THE TASK | For the data below, tally how many lines contain "Bend" and answer only with that tally.

:: SUPPLIED ENTRIES

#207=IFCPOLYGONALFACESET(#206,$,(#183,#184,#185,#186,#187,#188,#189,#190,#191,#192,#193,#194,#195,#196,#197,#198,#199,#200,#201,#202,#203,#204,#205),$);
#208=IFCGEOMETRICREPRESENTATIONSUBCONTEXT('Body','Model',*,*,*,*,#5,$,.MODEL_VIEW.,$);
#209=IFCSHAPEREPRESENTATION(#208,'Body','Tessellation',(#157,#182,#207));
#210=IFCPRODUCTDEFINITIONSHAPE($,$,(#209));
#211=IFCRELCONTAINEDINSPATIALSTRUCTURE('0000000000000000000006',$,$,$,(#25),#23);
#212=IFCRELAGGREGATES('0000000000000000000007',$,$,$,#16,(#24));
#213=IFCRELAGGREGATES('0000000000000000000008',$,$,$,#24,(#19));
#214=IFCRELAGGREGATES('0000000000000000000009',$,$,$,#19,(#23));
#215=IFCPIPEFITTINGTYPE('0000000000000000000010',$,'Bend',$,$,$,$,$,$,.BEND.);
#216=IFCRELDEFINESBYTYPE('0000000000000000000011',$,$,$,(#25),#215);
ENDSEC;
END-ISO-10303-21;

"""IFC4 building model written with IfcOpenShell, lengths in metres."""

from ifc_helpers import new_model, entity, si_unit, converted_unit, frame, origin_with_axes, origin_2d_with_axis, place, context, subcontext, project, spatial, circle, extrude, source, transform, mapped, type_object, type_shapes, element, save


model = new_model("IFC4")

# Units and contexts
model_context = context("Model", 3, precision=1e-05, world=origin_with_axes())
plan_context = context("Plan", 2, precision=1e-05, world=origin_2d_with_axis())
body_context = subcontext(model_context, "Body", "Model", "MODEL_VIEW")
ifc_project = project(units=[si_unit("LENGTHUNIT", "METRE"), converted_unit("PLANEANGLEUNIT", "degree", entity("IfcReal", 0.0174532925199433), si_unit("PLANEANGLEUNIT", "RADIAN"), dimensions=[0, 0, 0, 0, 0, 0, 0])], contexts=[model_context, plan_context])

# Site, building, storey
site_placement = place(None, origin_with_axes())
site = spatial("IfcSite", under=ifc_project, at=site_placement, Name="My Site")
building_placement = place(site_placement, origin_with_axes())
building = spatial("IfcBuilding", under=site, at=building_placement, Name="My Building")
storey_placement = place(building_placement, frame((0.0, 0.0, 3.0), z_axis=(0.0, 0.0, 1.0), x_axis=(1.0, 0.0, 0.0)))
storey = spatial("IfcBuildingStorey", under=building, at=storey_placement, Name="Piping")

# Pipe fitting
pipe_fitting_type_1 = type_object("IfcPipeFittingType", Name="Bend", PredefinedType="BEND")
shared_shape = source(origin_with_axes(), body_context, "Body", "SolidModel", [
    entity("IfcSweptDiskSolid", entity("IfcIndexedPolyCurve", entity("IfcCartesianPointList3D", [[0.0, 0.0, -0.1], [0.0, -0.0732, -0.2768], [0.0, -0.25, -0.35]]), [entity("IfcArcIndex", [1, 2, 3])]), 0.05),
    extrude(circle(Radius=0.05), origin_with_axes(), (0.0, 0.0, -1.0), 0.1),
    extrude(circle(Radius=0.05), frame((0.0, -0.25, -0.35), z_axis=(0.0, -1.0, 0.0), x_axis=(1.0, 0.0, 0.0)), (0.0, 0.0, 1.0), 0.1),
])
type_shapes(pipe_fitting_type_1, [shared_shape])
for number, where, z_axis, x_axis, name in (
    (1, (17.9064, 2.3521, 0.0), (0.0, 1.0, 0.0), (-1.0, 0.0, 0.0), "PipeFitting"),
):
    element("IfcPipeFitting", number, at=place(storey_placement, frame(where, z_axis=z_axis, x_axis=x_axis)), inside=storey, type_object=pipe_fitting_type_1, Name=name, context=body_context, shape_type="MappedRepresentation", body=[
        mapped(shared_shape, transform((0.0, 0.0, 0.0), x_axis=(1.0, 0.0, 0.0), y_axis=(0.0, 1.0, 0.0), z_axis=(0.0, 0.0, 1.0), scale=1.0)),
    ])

::::

TASK OUTPUT | 2